Analyse des droits humains en RDC selon Paul Nsapu : deux réalités distinctes

Analyse des droits humains en RDC : Paul Nsapu oppose les violations à Kinshasa à l’urgence à l’est du pays

Lors d’un débat organisé mardi par Stanis Bujakera Tshiamala, Paul Nsapu, président de la Commission nationale des droits de l’homme (CNDH), a dressé un bilan contrasté de la situation des droits humains sous l’ère du président Tshisekedi. S’il a salué les progrès législatifs enregistrés, il a surtout mis en lumière deux dynamiques opposées sur le territoire congolais.

À Kinshasa : des violations structurelles liées à l’absence de développement

Dans les provinces sous administration directe de Kinshasa, le président de la CNDH a identifié des violations récurrentes des droits civils et politiques, mais aussi des droits économiques et sociaux. Il a notamment pointé du doigt les déficiences héritées des gouvernements précédents, responsables selon lui d’un manque criant d’infrastructures et d’une détérioration continue des conditions de vie des populations. Parmi les droits les plus touchés figurent :

  • le droit au travail
  • le droit à la santé
  • le droit à l’éducation

Pour Paul Nsapu, ces manquements s’expliquent par l’accumulation des défaillances des régimes successifs, tous caractérisés par une absence de vision développement et une incapacité à améliorer le quotidien des Congolais.
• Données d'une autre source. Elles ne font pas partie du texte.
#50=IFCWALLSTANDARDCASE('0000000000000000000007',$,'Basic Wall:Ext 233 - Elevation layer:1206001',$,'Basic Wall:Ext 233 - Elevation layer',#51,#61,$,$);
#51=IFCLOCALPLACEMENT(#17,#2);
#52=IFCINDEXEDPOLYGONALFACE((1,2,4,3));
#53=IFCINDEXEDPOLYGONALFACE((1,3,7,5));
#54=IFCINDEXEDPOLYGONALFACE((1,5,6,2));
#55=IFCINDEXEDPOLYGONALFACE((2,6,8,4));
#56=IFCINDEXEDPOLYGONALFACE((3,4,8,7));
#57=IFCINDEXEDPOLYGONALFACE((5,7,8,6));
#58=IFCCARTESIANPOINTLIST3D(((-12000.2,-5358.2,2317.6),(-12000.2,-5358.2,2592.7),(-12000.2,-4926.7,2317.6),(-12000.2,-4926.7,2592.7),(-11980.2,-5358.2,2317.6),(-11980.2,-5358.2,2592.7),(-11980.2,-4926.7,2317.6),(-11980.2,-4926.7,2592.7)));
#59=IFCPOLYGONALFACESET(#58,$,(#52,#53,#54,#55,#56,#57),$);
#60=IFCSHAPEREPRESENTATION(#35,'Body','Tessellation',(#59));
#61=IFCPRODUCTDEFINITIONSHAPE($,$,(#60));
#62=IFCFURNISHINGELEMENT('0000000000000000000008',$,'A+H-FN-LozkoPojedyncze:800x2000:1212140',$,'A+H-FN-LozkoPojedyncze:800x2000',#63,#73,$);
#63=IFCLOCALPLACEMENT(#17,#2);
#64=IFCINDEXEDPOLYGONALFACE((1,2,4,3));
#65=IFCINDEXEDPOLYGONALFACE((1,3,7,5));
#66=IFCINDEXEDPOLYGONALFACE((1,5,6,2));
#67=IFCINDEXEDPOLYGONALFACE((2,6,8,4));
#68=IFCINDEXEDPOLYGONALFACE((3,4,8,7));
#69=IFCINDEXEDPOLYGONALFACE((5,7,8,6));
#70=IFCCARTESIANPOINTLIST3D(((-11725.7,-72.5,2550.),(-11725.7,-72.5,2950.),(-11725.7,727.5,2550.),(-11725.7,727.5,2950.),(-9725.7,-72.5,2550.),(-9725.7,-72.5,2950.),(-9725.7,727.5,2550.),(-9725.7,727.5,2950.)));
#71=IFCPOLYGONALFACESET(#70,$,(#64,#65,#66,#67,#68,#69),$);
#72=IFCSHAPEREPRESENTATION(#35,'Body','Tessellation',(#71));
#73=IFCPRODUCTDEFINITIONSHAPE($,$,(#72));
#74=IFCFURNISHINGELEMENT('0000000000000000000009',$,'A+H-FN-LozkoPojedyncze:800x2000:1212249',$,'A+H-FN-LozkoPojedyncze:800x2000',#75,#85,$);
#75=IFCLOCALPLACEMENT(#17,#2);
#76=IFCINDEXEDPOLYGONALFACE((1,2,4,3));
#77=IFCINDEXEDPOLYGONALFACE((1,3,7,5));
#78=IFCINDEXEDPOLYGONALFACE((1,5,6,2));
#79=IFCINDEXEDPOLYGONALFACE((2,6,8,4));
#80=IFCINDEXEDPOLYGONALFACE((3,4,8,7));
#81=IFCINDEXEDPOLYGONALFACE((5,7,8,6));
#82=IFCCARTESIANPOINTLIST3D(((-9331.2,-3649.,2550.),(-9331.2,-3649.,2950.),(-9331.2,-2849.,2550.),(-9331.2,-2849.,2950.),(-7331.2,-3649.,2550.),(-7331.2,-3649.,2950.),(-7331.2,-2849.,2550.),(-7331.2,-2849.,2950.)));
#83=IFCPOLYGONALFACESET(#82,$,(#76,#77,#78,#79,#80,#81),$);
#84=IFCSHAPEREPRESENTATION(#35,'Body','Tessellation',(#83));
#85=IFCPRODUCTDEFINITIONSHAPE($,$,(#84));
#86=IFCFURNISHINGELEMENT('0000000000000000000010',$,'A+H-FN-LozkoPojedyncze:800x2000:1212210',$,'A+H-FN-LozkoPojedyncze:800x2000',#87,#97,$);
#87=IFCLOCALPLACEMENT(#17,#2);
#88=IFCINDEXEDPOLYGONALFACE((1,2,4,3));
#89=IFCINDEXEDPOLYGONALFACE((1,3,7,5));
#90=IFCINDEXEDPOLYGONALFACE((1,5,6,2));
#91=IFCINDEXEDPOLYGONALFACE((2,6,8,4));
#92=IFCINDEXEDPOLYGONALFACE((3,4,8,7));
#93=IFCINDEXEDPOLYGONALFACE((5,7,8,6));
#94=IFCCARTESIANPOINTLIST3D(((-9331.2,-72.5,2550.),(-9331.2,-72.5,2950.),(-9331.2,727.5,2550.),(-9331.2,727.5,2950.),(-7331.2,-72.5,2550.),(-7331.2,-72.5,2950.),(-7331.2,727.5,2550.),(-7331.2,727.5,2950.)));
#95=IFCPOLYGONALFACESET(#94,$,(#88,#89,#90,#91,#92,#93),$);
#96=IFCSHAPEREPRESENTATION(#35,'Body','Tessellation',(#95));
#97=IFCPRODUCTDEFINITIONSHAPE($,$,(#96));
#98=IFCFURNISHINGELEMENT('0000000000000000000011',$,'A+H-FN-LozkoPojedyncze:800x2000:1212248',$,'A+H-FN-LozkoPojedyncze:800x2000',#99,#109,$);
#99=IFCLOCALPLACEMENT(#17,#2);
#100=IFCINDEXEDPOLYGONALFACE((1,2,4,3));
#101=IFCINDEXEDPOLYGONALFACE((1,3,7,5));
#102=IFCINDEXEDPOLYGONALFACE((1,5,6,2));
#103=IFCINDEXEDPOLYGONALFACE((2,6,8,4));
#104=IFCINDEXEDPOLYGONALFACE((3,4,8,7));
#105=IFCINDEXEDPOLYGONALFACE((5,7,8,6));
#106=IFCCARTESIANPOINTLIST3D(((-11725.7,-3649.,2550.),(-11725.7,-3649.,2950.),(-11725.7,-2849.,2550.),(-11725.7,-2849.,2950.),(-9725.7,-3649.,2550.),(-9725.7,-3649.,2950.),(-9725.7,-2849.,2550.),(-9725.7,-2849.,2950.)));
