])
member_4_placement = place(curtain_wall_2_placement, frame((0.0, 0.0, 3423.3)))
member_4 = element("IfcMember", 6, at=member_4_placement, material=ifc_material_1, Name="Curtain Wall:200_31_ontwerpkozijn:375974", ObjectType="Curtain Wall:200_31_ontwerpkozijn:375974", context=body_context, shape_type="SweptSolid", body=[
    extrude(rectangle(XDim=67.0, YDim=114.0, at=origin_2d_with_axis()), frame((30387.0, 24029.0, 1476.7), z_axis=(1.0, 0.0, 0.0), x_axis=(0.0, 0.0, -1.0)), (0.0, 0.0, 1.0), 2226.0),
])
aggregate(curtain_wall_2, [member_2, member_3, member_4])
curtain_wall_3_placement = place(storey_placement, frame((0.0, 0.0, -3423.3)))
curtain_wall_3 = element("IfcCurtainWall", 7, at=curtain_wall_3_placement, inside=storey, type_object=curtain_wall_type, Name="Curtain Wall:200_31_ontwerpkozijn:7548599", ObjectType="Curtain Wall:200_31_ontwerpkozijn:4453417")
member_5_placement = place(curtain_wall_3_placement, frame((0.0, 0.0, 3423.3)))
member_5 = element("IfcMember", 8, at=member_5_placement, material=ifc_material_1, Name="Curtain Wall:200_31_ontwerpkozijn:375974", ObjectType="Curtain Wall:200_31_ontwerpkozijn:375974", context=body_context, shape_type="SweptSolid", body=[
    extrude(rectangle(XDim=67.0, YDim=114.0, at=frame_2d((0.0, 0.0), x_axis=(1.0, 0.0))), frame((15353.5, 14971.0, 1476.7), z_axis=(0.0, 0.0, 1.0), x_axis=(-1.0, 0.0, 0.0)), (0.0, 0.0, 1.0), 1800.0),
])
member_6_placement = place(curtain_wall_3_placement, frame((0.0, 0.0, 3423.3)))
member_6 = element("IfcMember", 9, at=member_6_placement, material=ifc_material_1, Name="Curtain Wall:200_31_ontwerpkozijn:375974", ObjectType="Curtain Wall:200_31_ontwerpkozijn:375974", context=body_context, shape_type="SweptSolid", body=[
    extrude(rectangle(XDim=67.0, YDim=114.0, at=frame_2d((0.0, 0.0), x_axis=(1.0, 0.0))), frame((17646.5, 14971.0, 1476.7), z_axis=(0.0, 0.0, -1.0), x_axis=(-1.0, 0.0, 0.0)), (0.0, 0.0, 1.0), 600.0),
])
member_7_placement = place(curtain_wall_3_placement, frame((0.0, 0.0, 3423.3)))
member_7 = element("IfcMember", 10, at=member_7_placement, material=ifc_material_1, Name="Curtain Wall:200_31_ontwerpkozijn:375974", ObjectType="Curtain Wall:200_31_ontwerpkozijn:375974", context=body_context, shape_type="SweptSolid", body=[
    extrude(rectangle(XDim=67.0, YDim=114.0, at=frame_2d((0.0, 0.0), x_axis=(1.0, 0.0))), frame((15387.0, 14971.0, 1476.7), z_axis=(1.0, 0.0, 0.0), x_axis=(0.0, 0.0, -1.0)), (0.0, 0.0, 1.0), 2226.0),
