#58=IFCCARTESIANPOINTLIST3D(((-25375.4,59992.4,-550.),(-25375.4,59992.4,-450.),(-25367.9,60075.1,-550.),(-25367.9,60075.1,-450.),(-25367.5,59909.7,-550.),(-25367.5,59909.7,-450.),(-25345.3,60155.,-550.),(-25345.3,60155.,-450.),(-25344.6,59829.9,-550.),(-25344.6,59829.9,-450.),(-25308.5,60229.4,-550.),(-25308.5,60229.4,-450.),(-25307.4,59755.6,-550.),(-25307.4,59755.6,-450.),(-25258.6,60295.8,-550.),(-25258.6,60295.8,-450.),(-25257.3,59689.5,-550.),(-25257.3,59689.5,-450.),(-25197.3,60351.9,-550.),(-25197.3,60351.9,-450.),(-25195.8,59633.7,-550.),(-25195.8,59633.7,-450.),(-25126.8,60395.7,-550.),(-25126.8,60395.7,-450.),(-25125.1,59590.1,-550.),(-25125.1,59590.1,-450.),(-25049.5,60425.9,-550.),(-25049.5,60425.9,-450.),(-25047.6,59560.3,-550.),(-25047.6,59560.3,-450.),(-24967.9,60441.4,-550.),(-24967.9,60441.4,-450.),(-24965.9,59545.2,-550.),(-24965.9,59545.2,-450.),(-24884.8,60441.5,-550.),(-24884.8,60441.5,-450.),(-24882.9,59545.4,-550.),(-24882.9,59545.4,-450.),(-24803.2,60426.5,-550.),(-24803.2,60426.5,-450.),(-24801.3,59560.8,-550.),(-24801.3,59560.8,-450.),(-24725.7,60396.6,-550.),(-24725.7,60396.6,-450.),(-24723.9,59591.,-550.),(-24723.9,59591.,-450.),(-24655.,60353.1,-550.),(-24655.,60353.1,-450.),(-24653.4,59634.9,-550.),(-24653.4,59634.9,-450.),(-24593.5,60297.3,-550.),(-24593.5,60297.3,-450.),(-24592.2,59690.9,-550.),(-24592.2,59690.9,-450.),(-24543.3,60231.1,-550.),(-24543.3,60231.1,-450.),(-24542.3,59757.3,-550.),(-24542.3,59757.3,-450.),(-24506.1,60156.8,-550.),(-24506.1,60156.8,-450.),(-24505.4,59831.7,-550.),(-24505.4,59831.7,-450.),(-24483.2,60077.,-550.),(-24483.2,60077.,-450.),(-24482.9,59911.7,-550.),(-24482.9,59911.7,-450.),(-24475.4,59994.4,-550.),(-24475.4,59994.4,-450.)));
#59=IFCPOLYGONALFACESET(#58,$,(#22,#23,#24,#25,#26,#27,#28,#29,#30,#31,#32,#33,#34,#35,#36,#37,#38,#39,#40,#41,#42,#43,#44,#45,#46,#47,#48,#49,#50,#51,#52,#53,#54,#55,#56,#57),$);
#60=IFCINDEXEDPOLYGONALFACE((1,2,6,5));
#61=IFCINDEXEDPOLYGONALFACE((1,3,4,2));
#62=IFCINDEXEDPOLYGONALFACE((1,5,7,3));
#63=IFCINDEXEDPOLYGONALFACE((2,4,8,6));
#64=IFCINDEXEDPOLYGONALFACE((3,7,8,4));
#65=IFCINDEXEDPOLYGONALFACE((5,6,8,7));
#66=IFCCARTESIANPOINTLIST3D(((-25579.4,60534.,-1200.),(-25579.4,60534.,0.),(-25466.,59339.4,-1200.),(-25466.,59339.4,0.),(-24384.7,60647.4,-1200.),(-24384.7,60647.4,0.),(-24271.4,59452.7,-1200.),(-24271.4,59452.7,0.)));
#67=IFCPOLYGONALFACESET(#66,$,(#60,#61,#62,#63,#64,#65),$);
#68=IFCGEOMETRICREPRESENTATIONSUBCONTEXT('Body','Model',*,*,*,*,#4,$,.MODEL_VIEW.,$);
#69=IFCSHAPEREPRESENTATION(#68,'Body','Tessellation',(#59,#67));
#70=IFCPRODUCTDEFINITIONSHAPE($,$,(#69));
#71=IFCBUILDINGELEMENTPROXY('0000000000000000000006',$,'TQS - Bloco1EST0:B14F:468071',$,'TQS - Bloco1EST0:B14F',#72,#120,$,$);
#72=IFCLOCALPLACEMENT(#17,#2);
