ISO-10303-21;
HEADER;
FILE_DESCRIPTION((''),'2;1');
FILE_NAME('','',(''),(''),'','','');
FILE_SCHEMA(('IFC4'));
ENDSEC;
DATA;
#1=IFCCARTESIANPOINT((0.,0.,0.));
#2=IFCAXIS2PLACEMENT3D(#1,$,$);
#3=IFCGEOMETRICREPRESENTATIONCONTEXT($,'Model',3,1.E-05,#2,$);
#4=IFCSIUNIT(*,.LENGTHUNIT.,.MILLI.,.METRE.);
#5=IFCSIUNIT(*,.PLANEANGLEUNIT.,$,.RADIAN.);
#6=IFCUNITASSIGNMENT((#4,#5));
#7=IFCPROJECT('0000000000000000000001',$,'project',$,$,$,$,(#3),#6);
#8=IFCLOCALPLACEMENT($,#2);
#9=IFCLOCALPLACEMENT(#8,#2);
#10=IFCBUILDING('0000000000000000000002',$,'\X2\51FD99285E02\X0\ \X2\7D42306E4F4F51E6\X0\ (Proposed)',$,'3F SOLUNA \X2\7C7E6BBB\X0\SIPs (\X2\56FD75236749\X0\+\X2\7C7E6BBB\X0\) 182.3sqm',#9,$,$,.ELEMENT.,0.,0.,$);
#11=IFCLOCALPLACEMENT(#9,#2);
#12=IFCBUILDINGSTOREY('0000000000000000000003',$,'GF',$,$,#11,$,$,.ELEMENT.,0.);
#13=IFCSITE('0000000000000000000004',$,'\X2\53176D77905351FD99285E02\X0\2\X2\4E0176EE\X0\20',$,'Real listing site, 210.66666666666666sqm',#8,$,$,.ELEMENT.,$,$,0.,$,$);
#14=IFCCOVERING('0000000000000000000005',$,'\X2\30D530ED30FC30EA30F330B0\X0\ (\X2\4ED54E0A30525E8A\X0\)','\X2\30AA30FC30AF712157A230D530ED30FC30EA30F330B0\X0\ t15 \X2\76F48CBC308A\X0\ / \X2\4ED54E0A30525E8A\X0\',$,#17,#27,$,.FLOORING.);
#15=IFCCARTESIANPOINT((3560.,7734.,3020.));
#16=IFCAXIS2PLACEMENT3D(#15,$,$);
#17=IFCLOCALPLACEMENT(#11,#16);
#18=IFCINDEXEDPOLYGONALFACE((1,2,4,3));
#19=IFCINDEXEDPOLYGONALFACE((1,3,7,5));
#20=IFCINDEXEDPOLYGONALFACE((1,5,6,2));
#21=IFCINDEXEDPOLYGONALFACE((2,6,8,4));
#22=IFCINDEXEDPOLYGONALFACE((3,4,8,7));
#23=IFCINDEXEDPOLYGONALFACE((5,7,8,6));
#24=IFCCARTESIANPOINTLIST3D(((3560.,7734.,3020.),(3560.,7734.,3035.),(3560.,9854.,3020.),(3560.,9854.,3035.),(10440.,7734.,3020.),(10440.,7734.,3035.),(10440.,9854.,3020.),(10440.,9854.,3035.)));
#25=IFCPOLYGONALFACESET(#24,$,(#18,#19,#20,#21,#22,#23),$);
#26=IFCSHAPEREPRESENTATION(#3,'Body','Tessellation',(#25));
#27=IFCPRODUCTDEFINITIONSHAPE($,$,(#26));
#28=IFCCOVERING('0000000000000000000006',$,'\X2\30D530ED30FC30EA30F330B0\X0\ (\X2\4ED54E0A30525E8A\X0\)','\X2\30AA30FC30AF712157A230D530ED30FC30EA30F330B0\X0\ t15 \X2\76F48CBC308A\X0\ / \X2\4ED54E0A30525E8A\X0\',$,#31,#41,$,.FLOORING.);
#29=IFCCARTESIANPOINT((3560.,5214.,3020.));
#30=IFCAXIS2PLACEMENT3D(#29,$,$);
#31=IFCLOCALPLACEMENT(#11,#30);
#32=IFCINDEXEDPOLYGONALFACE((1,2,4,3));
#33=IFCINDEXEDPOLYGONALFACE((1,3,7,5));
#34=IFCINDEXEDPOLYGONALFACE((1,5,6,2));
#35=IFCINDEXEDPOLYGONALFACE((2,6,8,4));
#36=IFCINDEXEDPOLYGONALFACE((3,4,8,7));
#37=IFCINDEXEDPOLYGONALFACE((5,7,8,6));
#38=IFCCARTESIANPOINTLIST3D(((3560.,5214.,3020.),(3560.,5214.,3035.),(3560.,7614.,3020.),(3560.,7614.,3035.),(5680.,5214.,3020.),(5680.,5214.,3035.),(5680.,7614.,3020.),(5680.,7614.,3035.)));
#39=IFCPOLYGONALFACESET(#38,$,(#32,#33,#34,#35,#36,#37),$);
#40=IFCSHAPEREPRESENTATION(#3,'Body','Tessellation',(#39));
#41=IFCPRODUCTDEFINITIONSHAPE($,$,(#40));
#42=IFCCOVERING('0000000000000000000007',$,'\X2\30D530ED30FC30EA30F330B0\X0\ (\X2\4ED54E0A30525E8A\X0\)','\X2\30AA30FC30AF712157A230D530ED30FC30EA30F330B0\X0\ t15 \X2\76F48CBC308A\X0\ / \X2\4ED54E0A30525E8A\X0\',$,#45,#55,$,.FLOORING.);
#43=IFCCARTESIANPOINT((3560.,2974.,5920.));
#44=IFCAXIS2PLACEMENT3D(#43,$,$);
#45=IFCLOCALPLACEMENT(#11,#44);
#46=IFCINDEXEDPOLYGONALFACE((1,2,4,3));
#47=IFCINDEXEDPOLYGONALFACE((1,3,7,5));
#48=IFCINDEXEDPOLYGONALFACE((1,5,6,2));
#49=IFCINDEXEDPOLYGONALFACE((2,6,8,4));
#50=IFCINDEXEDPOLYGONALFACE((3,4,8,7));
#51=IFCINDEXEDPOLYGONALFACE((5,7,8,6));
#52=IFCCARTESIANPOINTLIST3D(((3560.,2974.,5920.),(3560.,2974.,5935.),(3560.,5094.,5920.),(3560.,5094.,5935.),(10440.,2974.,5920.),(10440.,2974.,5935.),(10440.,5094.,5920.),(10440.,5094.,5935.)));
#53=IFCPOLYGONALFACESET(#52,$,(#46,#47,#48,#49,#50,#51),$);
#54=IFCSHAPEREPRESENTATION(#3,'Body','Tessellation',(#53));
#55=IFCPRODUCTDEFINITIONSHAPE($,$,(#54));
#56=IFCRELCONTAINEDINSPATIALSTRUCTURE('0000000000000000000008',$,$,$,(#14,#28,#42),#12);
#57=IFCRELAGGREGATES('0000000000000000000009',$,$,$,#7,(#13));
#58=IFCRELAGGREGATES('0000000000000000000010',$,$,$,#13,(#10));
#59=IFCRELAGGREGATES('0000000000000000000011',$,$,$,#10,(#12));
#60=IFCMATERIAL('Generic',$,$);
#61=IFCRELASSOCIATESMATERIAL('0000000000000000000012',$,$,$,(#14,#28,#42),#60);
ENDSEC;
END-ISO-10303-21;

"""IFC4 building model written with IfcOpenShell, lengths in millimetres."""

from ifc_helpers import new_model, si_unit, frame, frame_2d, origin, place, context, project, spatial, rectangle, extrude, material, element, save


model = new_model("IFC4")

# Units and contexts
model_context = context("Model", 3, precision=1e-05, world=origin())
ifc_project = project(units=[si_unit("LENGTHUNIT", "METRE", prefix="MILLI"), si_unit("PLANEANGLEUNIT", "RADIAN")], contexts=[model_context])

# Site, building, storey
site_placement = place(None, origin())
site = spatial("IfcSite", under=ifc_project, at=site_placement, Name="北海道函館市2丁目20", ObjectType="Real listing site, 210.66666666666666sqm", CompositionType="ELEMENT", RefElevation=0.0)
building_placement = place(site_placement, origin())
building = spatial("IfcBuilding", under=site, at=building_placement, Name="函館市 終の住処 (Proposed)", ObjectType="3F SOLUNA 籾殻SIPs (国産杉+籾殻) 182.3sqm", CompositionType="ELEMENT", ElevationOfRefHeight=0.0, ElevationOfTerrain=0.0)
storey_placement = place(building_placement, origin())
storey = spatial("IfcBuildingStorey", under=building, at=storey_placement, Name="GF", CompositionType="ELEMENT", Elevation=0.0)

# Shared definitions
ifc_material_1 = material(Name="Generic")

# Coverings
covering_1_placement = place(storey_placement, frame((3560.0, 7734.0, 3020.0)))
element("IfcCovering", 1, at=covering_1_placement, inside=storey, material=ifc_material_1, Name="フローリング (仕上げ床)", Description="オーク無垢フローリング t15 直貼り / 仕上げ床", PredefinedType="FLOORING", context=model_context, shape_type="SweptSolid", body=[
    extrude(rectangle(XDim=6880.0, YDim=2120.0, at=frame_2d((3440.0, 1060.0))), frame((3560.0, 7734.0, 3020.0)), (0.0, 0.0, 1.0), 15.0),
])
covering_2_placement = place(storey_placement, frame((3560.0, 5214.0, 3020.0)))
element("IfcCovering", 2, at=covering_2_placement, inside=storey, material=ifc_material_1, Name="フローリング (仕上げ床)", Description="オーク無垢フローリング t15 直貼り / 仕上げ床", PredefinedType="FLOORING", context=model_context, shape_type="SweptSolid", body=[
    extrude(rectangle(XDim=2120.0, YDim=2400.0, at=frame_2d((1060.0, 1200.0))), frame((3560.0, 5214.0, 3020.0)), (0.0, 0.0, 1.0), 15.0),
])
covering_3_placement = place(storey_placement, frame((3560.0, 2974.0, 5920.0)))
element("IfcCovering", 3, at=covering_3_placement, inside=storey, material=ifc_material_1, Name="フローリング (仕上げ床)", Description="オーク無垢フローリング t15 直貼り / 仕上げ床", PredefinedType="FLOORING", context=model_context, shape_type="SweptSolid", body=[
    extrude(rectangle(XDim=6880.0, YDim=2120.0, at=frame_2d((3440.0, 1060.0))), frame((3560.0, 2974.0, 5920.0)), (0.0, 0.0, 1.0), 15.0),
])

save(model, "model.ifc")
À l’est de la RDC : le noyau dur des droits humains bafoué au quotidien

La situation prend une dimension dramatique dans les provinces de l’est du pays, notamment dans le Nord-Kivu, le Sud-Kivu et une partie de l’Ituri. Là-bas, ce n’est plus seulement des violations structurelles qui sont observées, mais bien une atteinte frontale au noyau dur des droits humains :

  • le droit à la vie
  • le droit à la sécurité
  • la liberté fondamentale de chaque individu

Le président de la CNDH a directement pointé la présence de l’armée rwandaise ainsi que l’activité de ses alliés locaux comme facteurs aggravants de cette crise. Ces groupes, opérant dans des zones échappant au contrôle de Kinshasa, aggravent une situation déjà explosive, où les violations quotidiennes des droits les plus fondamentaux sont monnaie courante.

Paul Nsapu a conclu en soulignant l’urgence d’une réponse coordonnée pour mettre fin à ces atteintes graves, tout en appelant à une prise de conscience nationale face à cette fracture territoriale dans la protection des droits humains.